Suisse: Les oeuvres d’entraide désignent les pays (110494)
«Sur le dos des pays les plus pauvres»
Lausanne, 11avril(APIC) La communauté de travail des oeuvres d’entraide
(Swissaid, Action de carême, Pain pour le prochain, Helvetas, Caritas)
estime dans un communiqué publié lundi que l’Uruguay Round du GATT se fera
sur le dos des pays les plus pauvres, s’il n’y a pas pour eux des mesures
compensatoires et additionnelles. En outre la libéralisation des échanges
entre les pays sans réglementation parallèle des pratiques restrictives des
entreprises privées permettra des abus aux détriments de pays du Sud, de
leurs entreprises et de leurs habitants, précisent encore les oeuvres d’entraide.
L’Uruguay Round bénéficiera en grande partie aux économies industrialisées déjà fortes. Seule une petite part reviendra également aux pays les
plus développés du Sud, notamment en Asie et en Amérique latine, alors qu’à
court terme les pays moins avancés de l’Afrique et des Caraïbes vont y perdre. Non seulement ils ne pourront pas pas profiter des nouvelles opportunités commerciales mais verront se réduire encore leur accès aux marchés riches et leur pouvoir d’achat. Ces faits ont été reconnus notamment
par l’OECD, la Banque mondiale et le GATT.

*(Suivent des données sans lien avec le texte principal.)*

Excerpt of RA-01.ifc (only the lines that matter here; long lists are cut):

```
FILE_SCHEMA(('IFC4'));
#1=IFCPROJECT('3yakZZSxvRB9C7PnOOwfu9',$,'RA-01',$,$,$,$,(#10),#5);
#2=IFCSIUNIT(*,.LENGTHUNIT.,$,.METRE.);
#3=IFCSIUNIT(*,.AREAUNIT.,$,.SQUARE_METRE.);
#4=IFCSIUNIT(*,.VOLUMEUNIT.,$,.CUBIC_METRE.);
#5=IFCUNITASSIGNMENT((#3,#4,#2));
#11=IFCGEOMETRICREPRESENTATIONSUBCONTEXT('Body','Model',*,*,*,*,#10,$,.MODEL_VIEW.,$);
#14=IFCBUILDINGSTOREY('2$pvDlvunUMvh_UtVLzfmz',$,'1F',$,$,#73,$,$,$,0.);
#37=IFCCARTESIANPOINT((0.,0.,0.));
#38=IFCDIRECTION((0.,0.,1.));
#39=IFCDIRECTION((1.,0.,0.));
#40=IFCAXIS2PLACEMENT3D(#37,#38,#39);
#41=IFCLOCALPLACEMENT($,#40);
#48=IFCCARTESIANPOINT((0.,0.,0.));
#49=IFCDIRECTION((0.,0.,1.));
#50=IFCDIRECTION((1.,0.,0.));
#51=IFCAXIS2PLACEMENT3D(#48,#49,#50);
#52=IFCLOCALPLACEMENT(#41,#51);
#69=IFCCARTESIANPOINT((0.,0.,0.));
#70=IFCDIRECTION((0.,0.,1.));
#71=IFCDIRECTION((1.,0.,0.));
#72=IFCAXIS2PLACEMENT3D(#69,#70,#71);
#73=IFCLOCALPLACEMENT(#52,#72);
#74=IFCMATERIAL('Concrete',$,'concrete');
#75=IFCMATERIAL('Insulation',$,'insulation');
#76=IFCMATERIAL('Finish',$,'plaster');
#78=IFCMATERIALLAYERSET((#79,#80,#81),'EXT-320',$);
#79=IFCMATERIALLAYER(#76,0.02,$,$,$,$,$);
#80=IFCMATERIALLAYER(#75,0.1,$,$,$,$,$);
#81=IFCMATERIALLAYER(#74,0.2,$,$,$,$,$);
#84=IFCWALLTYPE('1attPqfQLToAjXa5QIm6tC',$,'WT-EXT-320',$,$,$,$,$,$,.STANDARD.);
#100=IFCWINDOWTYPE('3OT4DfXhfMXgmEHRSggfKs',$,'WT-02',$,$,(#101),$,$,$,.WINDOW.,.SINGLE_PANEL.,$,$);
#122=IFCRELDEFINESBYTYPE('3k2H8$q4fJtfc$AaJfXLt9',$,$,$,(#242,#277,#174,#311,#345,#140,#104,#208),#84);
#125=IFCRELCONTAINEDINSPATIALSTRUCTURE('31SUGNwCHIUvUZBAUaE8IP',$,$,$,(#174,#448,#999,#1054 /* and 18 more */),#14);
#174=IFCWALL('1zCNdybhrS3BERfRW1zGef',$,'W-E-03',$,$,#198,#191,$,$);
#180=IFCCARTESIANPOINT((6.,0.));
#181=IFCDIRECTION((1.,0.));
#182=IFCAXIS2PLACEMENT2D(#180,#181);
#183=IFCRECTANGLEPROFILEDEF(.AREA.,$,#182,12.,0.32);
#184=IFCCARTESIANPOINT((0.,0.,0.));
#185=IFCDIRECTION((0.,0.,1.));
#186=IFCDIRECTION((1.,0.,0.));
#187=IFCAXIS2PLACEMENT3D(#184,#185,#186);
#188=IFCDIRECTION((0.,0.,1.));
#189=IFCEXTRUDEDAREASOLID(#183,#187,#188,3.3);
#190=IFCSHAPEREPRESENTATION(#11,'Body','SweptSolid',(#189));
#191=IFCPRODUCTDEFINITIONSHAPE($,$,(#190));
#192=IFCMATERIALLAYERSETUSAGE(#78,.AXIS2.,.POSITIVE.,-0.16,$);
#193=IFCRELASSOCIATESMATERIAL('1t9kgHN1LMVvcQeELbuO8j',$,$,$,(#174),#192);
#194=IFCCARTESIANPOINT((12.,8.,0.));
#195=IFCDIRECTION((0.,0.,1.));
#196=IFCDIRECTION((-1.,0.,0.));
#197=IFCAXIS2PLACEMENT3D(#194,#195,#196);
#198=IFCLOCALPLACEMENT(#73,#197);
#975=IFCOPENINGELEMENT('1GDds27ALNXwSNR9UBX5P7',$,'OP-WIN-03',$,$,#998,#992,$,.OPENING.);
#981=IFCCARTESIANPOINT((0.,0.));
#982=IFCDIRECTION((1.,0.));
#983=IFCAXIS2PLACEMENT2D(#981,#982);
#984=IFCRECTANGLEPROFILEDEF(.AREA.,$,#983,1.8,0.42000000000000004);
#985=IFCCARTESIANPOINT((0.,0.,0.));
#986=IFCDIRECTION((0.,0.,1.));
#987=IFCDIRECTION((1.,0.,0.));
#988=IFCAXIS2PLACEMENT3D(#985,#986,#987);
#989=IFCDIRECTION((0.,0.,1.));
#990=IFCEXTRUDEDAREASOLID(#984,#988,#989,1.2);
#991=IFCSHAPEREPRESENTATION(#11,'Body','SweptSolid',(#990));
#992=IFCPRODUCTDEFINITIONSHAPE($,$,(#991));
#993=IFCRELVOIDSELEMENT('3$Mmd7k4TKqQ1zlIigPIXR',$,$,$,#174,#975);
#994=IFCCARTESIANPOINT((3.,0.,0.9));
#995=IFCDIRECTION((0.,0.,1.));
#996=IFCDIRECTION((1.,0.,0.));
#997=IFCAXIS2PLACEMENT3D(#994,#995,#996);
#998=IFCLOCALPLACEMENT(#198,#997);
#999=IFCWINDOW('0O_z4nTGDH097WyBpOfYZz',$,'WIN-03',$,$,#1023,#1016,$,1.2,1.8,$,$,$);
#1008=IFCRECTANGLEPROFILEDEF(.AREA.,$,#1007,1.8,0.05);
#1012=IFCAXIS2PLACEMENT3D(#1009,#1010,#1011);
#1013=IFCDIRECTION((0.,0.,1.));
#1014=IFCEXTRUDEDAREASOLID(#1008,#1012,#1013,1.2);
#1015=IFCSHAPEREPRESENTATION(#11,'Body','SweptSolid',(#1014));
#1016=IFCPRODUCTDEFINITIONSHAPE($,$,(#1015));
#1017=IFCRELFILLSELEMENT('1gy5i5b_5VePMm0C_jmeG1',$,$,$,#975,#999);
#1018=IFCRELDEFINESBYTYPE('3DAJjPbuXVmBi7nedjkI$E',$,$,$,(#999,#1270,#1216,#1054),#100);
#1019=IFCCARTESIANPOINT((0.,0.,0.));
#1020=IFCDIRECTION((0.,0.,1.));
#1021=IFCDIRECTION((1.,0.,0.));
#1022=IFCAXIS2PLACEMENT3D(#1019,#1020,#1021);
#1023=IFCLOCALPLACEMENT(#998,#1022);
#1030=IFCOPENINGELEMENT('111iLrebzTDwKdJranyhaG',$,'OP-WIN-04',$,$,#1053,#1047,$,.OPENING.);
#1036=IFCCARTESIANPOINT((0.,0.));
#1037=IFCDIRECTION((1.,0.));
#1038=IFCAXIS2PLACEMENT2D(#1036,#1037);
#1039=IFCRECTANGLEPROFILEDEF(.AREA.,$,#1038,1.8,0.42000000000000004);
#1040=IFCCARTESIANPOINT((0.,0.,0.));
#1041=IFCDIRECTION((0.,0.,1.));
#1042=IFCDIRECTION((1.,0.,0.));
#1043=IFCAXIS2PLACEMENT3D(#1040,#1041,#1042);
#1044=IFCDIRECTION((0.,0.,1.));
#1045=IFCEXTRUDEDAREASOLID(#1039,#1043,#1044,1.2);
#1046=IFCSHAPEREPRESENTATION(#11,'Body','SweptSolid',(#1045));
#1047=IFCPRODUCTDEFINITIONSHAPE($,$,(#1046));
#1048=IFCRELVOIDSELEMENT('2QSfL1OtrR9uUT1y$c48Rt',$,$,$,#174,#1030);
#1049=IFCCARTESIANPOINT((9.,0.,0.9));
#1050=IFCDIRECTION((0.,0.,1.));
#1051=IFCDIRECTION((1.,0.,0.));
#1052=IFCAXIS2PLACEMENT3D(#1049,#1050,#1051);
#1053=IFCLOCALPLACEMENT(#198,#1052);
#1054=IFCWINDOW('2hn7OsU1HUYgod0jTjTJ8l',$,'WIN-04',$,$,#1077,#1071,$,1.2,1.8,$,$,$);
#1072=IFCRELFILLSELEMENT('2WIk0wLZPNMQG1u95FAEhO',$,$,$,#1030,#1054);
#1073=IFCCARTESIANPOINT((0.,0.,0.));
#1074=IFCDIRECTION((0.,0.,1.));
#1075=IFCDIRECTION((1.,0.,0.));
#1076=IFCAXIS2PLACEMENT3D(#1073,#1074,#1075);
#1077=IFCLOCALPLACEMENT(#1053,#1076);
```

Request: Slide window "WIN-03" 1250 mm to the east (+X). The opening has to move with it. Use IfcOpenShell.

```python
import ifcopenshell
import ifcopenshell.api.geometry
import ifcopenshell.util.placement

model = ifcopenshell.open("RA-01.ifc")

window = model.by_id(999)
opening = window.FillsVoids[0].RelatingOpeningElement
wall = opening.VoidsElements[0].RelatingBuildingElement

wall_matrix = ifcopenshell.util.placement.get_local_placement(wall.ObjectPlacement)
shift = wall_matrix[:3, 0] * -1.25
before = ifcopenshell.util.placement.get_local_placement(window.ObjectPlacement)[:3, 3].copy()

# The window is placed relative to its opening, so it follows when the opening moves.
matrix = ifcopenshell.util.placement.get_local_placement(opening.ObjectPlacement)
matrix[:3, 3] += shift
ifcopenshell.api.geometry.edit_object_placement(
    model, product=opening, matrix=matrix, is_si=False, should_transform_children=True
)

after = ifcopenshell.util.placement.get_local_placement(window.ObjectPlacement)[:3, 3]
print("window moved by", (after - before).round(3) + 0.0)

model.write("RA-01_rev.ifc")
```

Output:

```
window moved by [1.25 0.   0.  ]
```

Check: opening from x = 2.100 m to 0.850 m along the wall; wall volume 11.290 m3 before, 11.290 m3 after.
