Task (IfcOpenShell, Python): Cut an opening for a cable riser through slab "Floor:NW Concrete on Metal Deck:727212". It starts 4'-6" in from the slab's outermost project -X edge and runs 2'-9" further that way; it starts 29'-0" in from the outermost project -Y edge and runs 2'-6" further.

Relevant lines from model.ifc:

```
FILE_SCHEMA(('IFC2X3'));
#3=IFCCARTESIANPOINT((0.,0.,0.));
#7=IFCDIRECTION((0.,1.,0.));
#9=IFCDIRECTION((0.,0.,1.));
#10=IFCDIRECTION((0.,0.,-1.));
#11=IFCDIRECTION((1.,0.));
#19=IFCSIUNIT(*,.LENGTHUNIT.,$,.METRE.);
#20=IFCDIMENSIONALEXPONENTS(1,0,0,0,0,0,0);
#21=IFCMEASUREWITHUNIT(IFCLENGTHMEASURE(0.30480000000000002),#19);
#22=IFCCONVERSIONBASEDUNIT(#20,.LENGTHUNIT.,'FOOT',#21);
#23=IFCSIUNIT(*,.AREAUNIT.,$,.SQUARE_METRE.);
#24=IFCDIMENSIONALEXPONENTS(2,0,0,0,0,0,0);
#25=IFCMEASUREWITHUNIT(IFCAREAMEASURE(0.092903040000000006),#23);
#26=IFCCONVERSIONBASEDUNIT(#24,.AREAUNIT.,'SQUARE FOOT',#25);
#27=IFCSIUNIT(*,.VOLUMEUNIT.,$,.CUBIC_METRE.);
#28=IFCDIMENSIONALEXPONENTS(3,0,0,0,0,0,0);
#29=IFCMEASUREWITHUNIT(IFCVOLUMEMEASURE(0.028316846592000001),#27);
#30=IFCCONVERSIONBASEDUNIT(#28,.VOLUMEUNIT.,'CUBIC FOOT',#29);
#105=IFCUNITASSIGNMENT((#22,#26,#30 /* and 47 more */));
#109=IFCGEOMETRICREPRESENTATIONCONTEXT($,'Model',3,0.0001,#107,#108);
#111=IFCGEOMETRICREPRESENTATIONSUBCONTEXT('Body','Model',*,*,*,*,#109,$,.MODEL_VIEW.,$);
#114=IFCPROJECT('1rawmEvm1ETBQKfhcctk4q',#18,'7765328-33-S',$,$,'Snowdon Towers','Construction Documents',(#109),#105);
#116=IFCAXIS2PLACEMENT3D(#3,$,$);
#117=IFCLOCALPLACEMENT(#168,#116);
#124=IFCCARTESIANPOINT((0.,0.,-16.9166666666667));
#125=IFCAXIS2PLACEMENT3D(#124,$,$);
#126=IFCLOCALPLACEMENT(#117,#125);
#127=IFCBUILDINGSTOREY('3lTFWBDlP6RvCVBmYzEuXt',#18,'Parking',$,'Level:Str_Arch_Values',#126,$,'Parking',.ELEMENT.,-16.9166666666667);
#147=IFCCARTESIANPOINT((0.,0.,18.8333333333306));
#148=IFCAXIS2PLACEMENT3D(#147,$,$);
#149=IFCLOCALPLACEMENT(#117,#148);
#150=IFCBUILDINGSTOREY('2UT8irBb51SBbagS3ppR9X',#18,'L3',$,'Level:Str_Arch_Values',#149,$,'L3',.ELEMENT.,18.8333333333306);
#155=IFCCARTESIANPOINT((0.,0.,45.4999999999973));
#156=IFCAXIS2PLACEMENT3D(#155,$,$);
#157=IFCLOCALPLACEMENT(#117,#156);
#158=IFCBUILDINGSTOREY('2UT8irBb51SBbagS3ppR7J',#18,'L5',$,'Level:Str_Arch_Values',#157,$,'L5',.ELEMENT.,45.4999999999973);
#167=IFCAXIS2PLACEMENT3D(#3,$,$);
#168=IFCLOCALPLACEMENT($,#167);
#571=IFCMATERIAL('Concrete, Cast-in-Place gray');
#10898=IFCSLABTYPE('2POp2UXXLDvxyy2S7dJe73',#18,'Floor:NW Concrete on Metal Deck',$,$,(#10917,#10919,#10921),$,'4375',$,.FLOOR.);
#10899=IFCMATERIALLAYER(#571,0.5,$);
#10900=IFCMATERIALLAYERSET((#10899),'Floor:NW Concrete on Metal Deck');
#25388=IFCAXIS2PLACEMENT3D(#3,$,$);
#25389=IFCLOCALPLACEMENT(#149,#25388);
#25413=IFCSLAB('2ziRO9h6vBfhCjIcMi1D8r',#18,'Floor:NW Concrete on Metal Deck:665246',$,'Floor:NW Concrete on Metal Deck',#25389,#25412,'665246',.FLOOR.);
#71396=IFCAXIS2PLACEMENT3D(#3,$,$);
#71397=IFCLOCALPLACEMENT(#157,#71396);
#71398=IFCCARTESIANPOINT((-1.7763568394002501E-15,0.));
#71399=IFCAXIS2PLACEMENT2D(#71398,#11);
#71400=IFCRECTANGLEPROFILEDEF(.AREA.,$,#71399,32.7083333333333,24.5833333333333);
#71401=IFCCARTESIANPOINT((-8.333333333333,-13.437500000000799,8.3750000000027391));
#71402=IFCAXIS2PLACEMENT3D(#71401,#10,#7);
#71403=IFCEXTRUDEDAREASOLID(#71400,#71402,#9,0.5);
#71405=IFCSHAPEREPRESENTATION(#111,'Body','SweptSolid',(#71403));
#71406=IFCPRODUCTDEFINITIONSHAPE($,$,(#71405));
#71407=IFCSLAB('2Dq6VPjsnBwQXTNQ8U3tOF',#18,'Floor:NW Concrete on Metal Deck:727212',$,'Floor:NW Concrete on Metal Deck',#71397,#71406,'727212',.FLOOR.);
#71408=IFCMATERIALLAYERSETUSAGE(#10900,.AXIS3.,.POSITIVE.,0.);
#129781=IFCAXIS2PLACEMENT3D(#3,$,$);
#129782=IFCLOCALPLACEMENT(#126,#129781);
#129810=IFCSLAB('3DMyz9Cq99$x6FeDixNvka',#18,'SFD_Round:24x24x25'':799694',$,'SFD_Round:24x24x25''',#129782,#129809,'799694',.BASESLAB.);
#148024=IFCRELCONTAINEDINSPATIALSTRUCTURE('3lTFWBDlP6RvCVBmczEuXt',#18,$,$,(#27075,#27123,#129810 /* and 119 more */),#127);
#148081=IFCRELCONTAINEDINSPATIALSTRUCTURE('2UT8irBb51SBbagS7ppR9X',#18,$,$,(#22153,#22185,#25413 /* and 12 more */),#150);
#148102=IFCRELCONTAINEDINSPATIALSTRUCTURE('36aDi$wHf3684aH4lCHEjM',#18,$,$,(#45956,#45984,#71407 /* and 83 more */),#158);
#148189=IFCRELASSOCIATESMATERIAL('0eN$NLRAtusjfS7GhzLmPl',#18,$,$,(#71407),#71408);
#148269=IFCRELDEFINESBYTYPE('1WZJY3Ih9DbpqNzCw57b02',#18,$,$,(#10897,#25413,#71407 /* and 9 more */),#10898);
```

```python
import numpy as np
import ifcopenshell
import ifcopenshell.api.feature
import ifcopenshell.api.geometry
import ifcopenshell.api.root
import ifcopenshell.geom
import ifcopenshell.util.placement
import ifcopenshell.util.representation
import ifcopenshell.util.shape
import ifcopenshell.util.unit

model = ifcopenshell.open("model.ifc")
unit_scale = ifcopenshell.util.unit.calculate_unit_scale(model)
settings = ifcopenshell.geom.settings()


def volume(element):
    """Net volume in cubic metres, openings subtracted."""
    shape = ifcopenshell.geom.create_shape(settings, element)
    return ifcopenshell.util.shape.get_volume(shape.geometry)


slab = model.by_guid("2Dq6VPjsnBwQXTNQ8U3tOF")
before = volume(slab)

# Extent in the slab's own axes, in metres. The edges named are its -X and -Y sides.
slab_shape = ifcopenshell.geom.create_shape(settings, slab)
vertices = ifcopenshell.util.shape.get_vertices(slab_shape.geometry)
x_min, y_min, bottom = vertices.min(axis=0)
top = vertices[:, 2].max()

opening = ifcopenshell.api.root.create_entity(model, ifc_class="IfcOpeningElement", name="Cable riser opening")
context = ifcopenshell.util.representation.get_context(model, "Model", "Body", "MODEL_VIEW")
width, depth = 0.8382, 0.762
outline = [(0.0, 0.0), (width, 0.0), (width, depth), (0.0, depth), (0.0, 0.0)]
# Overshoot both faces by 50 mm so the cut is clean.
shape = ifcopenshell.api.geometry.add_slab_representation(
    model, context=context, depth=top - bottom + 0.1, polyline=outline
)
ifcopenshell.api.geometry.assign_representation(model, product=opening, representation=shape)

matrix = ifcopenshell.util.placement.get_local_placement(slab.ObjectPlacement)
matrix[:, 3] = matrix @ np.append(np.array([x_min + 1.3716, y_min + 8.8392, bottom - 0.05]) / unit_scale, 1.0)
ifcopenshell.api.geometry.edit_object_placement(model, product=opening, matrix=matrix, is_si=False)
ifcopenshell.api.feature.add_feature(model, feature=opening, element=slab)

after = volume(slab)

print(f"slab volume {before:.3f} -> {after:.3f} m3")

model.write("model_updated.ifc")
```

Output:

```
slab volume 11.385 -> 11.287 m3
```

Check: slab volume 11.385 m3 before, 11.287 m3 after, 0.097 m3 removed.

Les oeuvres d’entraide pensent que les gagnants de la libéralisation des
échanges, dont la Suisse, doivent s’engager à partager les bénéfices retirés avec les pays perdants. Une augmentation de l’enveloppe financière destinée aux mesures de politique économique et commerciale de notre pays est
indispensable pour des actions positives en faveur des plus pauvres. Ce
partage doit se faire sous forme de concessions supplémentaires (abolition
de tous les obstacles et de la progressivité des tarifs), de compensations
temporaires (prix des produits alimentaires importés et prix des matières
premières exportées) et des mesures additionnelles (soutien à la politique
agricole locale ainsi qu’à la négociation et à l’application des nouvelles
règles commerciales).
Une autre conséquence des négociations du GATT est l’accroissement de la
marge de manoeuvre des entreprises privées. D’une part la libéralisation
des échanges, des investissements et des services ainsi que le renforcement
de la propriété intellectuelle, rendront les marchés du Sud plus attrayants
et simuleront leurs économies. Mais d’autre part, l’Uruguay Round limitera
les possibilités des pays en développement de protéger la production nationale en fonction de leurs propres priorités. Il n’est pas logique de réduire les obstacles aux échanges entre les pays tout en tolérant les pratiques
commerciales restrictives des entreprises privées. «Le souhait des pays en
développement – justifié et qui date depuis des décennies – de réglementer
la concurrence privée semble à nouveau lettre morte», conclut la Communauté
de travail des oeuvres d’entraide. (apic/com/ba)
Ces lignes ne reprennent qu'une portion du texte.